Source: T-mobile.com (notice the absence of any Lumias advertised)
It will be an interesting exercise for readers to go back and check carriers over time. As Lumia sales increase, I predict more and more concerted advertising by carriers, both to take advantage of the Lumia popularity and to shift their stock causing yet more sales. I do not think it unreasonable to expect a Lumia to be advertised on the front page of the T-Mobile website by this time next year.
Does this mean that an increase in Lumia sales magically eliminates Nokia's supply chain problems? Not at all. In the early 2000s Nokia's supply chain was a perennial favourite in business school discussions. Now in the latest Top 25 Supply Chains in the world announced May 30th 2013, it doesn't even figure in Gartner's analysis.
Now, I do slightly question the methodology behind this ranking. It seems to me to be a retrospective analysis based on what supply chain analysts think are the best supply chains in the business. As actual supply chains are a closely guarded secret, these opinions are formed just on publicly available information and can thus be erroneous. I do think it is relatively accurate however that Apple's supply chain is the best in the smartphone sector. It isn't the best because Apple make the best phones (I do not believe they do). It is the best because they make the least variations of their phones and they manage the entirety of the chain excellently from upstream to downstream. As an aside they also know how to market obsolete phones which the iPhone 4 clearly is. Compare this with Nokia which cannot now sell the Lumia 800 unless at a steep discount. This is despite the L800 being barely 18 months old compared to the iPhone 4's 3 years on the market and with both having similar specifications.
So after all of this, why am I still bullish on Nokia? I believe at present, Nokia is priced for bankruptcy. It won't go bankrupt as its net cash which is holding steady at a healthy $5.8 billion demonstrates. Lumia sales continue to increase which can only result in an upside for Nokia. Furthermore Nokia's share of Nokia-Siemens Networks (NSN) alone is valued at $9.6 billion by fellow Seeking Alpha contributor Jonathan Verenger. This means NSN is worth approximately 80% of Nokia's total market capitalization as of today, which is an imbalance the market will surely correct resulting in significant upside once Nokia gets back into positive EPS territory. All of this is without even factoring in HERE which with its integration into Windows Phone mapping solutions will become an increasingly valuable division for Nokia.
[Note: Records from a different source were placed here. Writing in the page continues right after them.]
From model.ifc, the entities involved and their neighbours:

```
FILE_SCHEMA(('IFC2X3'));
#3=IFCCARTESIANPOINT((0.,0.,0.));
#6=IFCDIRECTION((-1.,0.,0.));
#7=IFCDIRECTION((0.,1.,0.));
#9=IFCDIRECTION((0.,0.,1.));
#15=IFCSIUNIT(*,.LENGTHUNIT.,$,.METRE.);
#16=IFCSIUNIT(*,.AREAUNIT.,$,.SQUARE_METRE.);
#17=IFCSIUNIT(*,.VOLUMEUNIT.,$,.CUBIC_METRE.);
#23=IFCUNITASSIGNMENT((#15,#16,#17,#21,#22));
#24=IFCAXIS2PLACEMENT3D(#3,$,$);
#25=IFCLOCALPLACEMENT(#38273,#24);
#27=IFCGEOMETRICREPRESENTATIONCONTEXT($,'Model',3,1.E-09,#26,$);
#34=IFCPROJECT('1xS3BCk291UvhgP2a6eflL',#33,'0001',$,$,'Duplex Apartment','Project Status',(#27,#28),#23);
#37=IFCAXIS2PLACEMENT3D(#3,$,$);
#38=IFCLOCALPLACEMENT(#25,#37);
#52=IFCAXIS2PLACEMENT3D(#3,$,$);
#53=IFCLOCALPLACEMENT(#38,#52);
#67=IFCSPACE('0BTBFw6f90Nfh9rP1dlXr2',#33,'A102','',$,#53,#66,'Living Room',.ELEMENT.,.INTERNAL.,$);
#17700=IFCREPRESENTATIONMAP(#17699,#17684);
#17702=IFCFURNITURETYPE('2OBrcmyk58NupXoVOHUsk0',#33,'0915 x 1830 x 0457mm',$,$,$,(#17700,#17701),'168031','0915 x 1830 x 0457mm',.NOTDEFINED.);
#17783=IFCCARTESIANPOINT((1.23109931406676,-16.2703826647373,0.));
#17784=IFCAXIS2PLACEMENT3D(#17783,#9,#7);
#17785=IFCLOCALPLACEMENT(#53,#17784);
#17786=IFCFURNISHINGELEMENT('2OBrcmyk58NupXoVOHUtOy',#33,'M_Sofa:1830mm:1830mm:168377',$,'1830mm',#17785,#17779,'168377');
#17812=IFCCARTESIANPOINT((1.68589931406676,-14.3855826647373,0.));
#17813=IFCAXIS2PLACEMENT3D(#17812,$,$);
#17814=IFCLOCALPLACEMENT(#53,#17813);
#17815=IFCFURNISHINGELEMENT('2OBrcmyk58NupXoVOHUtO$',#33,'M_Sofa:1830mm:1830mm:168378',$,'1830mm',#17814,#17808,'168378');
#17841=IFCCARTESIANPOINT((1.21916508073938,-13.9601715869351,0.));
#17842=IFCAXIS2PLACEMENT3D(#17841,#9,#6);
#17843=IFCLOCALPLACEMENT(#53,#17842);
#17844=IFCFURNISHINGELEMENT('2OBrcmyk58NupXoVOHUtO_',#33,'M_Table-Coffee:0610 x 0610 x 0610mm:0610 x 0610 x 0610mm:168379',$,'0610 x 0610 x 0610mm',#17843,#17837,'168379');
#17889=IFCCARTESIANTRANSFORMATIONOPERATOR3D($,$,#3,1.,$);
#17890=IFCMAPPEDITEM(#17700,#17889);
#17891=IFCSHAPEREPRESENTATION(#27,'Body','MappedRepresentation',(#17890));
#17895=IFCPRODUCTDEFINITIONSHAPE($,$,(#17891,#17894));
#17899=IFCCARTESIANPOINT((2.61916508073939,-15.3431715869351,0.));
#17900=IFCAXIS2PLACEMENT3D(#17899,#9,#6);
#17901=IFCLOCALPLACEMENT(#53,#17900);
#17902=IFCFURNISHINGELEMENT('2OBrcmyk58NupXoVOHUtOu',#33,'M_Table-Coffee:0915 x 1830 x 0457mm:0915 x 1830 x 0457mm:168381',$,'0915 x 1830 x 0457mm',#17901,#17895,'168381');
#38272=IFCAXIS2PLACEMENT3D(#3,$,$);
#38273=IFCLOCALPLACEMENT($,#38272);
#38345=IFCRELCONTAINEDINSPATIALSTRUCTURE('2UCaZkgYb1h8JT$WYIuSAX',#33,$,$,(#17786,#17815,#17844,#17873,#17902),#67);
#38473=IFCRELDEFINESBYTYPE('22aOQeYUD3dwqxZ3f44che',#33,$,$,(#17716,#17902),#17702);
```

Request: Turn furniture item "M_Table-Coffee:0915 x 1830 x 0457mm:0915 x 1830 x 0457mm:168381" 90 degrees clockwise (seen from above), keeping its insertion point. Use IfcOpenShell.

```python
import ifcopenshell
import ifcopenshell.api.geometry
import ifcopenshell.util.placement

model = ifcopenshell.open("model.ifc")

item = model.by_guid("2OBrcmyk58NupXoVOHUtOu")
matrix = ifcopenshell.util.placement.get_local_placement(item.ObjectPlacement)
matrix = matrix @ ifcopenshell.util.placement.rotation(-90, "Z")
ifcopenshell.api.geometry.edit_object_placement(model, product=item, matrix=matrix, is_si=False)

print(ifcopenshell.util.placement.get_local_placement(item.ObjectPlacement).round(3) + 0.0)

model.write("model_v2.ifc")
```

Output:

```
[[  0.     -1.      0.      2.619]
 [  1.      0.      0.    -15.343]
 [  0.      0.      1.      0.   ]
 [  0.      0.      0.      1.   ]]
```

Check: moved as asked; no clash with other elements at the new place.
None of my reasons for owning Nokia shares include its supply chain management skills. I do hope however that this article has offered a more sympathetic insight into why Nokia has faced problems in managing its supply chain. It is also why I am not frustrated by these backlogs and shortages which new Lumia phones seem to face. I believe that as production ramps up and as carriers work with Nokia better, these problems will dissipate. It won't make Nokia have the best supply chain in the business. But it will make it have a competitive supply chain.